┌────────

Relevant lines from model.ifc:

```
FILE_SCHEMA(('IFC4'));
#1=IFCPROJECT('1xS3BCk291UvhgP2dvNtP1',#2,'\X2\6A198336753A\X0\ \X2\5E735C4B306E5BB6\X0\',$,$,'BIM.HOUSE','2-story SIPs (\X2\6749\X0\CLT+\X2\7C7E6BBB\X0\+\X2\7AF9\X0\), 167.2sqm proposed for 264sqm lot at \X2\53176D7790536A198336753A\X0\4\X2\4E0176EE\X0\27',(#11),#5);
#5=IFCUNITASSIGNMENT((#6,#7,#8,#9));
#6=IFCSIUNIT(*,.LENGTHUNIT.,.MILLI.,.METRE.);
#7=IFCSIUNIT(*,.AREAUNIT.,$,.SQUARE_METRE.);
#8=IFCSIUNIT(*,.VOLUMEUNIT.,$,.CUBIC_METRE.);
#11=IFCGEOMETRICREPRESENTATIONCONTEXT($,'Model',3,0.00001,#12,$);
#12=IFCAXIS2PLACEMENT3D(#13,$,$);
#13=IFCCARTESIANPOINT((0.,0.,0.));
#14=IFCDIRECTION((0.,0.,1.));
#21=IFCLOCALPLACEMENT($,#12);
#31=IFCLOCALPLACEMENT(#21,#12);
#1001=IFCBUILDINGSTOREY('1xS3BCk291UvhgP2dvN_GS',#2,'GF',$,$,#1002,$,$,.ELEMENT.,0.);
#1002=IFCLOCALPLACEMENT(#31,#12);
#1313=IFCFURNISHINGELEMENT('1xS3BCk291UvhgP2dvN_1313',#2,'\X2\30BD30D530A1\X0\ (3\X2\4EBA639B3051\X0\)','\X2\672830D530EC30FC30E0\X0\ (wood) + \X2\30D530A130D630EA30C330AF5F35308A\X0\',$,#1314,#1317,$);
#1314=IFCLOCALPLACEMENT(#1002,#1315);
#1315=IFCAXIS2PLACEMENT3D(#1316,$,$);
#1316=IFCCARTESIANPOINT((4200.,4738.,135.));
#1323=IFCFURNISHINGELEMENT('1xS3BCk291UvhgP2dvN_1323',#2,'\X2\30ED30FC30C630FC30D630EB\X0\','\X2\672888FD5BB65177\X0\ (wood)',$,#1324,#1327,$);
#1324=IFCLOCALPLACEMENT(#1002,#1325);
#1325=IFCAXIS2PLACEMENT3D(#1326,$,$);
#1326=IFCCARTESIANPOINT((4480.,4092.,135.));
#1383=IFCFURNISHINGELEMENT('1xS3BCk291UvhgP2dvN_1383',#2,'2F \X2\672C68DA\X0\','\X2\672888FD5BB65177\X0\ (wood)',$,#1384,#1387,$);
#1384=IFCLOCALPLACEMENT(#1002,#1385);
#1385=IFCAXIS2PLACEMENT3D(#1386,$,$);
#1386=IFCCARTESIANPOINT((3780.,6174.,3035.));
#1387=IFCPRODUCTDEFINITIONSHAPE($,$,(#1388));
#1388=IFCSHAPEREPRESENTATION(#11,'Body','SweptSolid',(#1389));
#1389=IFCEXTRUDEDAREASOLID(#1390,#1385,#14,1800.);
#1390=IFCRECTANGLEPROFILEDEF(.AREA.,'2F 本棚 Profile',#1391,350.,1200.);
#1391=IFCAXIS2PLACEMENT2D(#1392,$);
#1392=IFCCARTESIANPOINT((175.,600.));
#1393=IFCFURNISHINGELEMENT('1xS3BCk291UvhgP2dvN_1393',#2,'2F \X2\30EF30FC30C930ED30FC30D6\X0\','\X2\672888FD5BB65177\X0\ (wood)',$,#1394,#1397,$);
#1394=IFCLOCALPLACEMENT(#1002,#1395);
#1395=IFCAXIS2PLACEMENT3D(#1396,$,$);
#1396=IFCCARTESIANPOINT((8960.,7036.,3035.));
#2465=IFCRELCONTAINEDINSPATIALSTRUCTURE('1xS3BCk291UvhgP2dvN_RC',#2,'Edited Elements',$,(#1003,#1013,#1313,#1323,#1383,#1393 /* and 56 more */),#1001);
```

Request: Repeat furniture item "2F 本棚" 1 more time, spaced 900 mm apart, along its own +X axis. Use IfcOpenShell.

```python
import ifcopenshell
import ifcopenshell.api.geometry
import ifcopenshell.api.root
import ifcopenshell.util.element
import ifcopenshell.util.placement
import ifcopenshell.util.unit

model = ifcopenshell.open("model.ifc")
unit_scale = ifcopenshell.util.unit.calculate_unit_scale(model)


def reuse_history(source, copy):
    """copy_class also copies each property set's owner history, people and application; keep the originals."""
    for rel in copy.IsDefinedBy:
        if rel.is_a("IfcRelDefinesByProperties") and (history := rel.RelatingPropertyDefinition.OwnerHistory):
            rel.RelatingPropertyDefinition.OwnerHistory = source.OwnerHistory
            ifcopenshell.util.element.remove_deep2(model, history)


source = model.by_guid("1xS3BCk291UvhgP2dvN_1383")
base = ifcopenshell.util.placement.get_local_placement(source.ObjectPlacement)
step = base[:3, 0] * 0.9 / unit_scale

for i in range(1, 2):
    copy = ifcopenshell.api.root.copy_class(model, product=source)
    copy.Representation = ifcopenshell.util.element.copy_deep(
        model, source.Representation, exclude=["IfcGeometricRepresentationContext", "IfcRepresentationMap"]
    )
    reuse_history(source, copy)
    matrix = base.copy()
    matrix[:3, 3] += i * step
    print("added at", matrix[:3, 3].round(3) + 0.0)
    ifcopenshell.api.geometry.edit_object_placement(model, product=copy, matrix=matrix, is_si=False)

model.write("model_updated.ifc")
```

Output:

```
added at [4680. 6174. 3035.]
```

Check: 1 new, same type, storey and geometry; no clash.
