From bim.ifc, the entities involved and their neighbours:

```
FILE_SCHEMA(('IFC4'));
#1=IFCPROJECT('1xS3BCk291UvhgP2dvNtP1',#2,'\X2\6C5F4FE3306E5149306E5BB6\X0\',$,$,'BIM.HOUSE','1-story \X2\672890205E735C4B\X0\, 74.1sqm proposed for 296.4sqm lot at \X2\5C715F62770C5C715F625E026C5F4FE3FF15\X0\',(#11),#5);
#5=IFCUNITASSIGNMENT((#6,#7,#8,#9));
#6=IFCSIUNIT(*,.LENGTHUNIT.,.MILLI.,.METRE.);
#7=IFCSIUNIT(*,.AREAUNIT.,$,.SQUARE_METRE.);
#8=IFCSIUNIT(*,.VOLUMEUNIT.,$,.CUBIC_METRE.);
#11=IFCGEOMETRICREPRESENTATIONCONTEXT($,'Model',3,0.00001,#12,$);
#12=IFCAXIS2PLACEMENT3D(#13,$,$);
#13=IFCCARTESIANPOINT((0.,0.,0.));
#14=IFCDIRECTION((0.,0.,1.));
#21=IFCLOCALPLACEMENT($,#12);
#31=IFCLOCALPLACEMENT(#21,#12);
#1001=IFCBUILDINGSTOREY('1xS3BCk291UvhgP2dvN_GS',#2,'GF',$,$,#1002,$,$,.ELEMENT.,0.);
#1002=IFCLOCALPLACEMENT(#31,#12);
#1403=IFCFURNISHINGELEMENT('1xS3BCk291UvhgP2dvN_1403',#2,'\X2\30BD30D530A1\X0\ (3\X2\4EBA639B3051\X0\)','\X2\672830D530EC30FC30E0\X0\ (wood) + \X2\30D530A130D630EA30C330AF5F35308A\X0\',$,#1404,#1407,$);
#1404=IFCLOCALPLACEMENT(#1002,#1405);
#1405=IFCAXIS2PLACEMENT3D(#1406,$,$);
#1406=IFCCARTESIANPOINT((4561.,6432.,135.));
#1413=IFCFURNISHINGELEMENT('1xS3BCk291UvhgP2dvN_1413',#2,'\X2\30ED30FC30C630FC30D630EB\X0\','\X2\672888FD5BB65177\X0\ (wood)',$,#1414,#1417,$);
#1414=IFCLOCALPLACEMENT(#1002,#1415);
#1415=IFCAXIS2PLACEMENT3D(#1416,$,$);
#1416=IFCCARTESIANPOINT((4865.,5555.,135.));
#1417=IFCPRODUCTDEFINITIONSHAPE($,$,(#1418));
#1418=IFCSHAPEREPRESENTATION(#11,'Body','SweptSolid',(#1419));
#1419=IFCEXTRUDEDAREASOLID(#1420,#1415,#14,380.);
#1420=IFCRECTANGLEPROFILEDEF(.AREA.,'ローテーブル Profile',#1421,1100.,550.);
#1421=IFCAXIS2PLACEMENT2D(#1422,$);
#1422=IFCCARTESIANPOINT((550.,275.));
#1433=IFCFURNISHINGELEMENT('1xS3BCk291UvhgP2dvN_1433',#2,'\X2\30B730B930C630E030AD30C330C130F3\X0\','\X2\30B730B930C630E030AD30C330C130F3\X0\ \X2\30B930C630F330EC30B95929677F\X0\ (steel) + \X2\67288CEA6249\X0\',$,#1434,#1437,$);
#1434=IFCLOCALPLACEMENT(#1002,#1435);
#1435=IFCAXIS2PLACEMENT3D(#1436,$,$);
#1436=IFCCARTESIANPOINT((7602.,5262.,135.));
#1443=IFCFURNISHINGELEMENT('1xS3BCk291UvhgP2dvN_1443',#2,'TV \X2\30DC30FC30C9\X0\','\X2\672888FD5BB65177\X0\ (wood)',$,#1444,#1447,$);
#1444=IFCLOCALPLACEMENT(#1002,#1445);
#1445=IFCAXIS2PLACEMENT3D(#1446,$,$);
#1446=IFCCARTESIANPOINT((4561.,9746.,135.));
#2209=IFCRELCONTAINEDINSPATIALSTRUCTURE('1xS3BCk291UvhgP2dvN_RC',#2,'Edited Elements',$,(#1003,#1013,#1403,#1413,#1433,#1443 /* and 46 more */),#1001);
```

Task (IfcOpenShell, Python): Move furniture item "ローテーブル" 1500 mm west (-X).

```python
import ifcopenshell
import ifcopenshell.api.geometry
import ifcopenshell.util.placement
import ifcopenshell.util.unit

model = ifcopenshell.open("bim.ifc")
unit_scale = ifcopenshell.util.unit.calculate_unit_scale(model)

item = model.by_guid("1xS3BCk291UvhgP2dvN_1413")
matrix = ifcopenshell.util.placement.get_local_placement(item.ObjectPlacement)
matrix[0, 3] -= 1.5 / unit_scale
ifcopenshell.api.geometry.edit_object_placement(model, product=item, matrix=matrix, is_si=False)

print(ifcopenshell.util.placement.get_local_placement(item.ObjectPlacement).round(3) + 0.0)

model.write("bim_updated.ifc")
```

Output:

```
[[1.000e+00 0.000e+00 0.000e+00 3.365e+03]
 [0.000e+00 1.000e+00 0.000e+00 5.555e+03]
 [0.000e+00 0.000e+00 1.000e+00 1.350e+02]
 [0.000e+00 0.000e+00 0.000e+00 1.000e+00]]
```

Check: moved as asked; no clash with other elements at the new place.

└────────

» Your task
State the number of lines in the data above containing the string "IFCRECTANGLEPROFILEDEF" and nothing more.

» Your response
2